== Work order ==
Go through the entries below and count the lines holding the word "IFCSHAPEREPRESENTATION". Reply with only the number, please.

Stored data

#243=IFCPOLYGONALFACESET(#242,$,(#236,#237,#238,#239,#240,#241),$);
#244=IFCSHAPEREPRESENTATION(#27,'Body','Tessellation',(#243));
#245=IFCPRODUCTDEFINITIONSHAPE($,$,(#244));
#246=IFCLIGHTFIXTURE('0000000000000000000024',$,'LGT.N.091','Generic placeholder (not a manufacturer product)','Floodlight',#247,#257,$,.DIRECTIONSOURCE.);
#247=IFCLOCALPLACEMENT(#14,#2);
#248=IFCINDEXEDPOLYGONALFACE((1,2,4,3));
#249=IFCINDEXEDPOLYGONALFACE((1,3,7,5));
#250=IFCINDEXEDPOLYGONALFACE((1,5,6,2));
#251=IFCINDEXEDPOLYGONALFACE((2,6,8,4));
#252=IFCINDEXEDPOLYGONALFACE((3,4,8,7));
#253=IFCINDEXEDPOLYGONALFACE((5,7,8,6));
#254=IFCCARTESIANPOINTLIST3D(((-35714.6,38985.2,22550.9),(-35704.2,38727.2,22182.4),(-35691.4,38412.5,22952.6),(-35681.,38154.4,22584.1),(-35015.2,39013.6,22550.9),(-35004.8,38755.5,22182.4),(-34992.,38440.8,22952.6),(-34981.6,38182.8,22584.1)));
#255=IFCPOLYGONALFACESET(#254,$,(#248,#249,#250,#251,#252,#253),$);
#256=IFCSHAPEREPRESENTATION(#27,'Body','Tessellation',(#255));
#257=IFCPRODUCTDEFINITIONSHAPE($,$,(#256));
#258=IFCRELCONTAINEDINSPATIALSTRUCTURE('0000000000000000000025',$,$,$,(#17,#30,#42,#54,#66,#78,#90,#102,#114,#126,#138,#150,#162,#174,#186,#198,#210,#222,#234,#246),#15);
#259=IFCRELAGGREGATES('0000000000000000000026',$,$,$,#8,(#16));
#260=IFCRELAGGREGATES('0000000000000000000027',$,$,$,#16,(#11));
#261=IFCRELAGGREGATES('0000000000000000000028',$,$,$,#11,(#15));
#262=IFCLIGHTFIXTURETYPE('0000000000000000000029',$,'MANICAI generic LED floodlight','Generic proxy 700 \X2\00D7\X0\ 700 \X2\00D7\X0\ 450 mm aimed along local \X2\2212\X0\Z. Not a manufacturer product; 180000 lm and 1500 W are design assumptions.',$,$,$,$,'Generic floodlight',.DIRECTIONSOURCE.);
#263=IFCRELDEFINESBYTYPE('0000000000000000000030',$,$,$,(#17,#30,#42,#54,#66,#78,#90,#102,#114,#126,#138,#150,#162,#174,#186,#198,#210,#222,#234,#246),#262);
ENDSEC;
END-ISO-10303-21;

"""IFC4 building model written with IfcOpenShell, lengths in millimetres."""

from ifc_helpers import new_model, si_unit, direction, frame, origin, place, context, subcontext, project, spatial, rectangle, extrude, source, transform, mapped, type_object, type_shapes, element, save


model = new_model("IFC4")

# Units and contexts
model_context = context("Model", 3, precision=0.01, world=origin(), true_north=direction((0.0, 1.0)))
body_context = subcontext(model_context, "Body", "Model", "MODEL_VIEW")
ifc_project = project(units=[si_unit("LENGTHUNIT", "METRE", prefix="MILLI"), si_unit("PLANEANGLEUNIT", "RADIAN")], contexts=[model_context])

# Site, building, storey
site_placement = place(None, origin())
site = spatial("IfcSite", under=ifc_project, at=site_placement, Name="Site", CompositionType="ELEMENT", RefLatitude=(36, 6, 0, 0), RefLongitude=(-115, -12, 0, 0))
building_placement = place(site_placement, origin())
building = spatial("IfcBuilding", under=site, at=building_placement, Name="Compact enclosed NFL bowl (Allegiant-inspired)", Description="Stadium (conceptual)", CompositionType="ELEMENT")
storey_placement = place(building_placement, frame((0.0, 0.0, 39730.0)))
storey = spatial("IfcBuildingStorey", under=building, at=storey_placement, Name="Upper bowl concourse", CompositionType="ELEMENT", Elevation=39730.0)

==

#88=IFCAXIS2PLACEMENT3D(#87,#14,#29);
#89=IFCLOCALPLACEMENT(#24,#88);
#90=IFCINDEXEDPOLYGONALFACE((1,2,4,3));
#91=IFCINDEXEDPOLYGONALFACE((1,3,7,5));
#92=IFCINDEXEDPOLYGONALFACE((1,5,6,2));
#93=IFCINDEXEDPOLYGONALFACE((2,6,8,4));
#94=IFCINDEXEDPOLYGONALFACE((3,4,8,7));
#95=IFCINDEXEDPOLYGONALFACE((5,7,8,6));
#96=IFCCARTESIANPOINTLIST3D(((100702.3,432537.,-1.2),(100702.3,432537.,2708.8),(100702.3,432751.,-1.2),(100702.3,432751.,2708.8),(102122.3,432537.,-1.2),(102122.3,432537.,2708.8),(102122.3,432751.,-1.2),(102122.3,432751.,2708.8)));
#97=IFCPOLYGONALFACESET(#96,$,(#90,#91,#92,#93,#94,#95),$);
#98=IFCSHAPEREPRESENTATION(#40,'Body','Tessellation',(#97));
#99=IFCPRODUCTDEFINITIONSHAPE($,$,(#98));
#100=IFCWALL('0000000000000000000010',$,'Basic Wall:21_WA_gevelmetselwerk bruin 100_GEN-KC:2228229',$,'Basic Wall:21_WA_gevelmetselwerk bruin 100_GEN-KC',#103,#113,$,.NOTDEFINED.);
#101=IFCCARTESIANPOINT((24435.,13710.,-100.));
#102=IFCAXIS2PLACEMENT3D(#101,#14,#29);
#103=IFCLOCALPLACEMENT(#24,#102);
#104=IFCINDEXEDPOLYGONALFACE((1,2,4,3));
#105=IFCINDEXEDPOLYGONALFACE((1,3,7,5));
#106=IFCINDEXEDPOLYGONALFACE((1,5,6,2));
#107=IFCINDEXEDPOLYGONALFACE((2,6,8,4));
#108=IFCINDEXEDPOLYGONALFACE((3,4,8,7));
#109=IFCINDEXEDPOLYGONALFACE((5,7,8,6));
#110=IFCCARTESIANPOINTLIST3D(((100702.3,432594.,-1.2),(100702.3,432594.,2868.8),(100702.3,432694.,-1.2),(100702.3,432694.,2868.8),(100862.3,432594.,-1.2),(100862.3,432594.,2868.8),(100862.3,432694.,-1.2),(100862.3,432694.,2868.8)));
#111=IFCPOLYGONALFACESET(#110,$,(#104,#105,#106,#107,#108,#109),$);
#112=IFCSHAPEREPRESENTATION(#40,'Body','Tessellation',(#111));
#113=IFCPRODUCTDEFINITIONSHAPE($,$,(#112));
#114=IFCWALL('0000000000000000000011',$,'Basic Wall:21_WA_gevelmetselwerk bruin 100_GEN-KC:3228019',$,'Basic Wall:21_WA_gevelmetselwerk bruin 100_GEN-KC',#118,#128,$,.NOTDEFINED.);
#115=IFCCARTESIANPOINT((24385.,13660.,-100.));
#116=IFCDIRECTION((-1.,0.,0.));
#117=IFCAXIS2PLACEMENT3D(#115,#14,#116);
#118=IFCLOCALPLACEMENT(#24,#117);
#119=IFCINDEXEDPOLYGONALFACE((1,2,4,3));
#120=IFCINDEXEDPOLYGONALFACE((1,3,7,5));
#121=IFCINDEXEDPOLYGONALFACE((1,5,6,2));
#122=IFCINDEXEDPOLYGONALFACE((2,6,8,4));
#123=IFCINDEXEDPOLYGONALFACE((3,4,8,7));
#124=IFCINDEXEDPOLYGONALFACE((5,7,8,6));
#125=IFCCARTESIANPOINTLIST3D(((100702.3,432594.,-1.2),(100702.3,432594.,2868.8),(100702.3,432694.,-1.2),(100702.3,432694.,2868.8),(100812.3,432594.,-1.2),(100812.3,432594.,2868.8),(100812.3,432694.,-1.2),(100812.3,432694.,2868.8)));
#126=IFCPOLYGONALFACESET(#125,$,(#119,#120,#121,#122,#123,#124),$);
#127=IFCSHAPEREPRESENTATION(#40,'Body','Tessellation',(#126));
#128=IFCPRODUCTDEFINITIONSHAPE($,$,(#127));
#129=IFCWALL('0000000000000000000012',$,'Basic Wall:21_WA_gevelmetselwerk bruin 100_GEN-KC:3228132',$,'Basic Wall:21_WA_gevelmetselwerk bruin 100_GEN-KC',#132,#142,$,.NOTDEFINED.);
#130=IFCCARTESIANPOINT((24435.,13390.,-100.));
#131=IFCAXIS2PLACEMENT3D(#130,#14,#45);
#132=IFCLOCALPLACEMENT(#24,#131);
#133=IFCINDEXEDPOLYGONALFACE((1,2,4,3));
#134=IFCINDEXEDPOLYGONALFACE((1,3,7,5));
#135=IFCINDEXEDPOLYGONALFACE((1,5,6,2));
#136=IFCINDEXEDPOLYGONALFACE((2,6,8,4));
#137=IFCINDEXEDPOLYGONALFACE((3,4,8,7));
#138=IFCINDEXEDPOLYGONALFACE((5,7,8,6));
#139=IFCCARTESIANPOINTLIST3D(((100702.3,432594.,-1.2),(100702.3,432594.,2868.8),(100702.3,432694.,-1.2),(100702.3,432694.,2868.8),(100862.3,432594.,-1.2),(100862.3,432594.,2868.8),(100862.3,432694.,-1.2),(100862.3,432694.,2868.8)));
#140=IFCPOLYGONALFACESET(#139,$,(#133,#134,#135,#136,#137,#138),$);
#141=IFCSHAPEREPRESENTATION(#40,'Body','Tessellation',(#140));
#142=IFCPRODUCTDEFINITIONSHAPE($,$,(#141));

== Solution for this task ==
6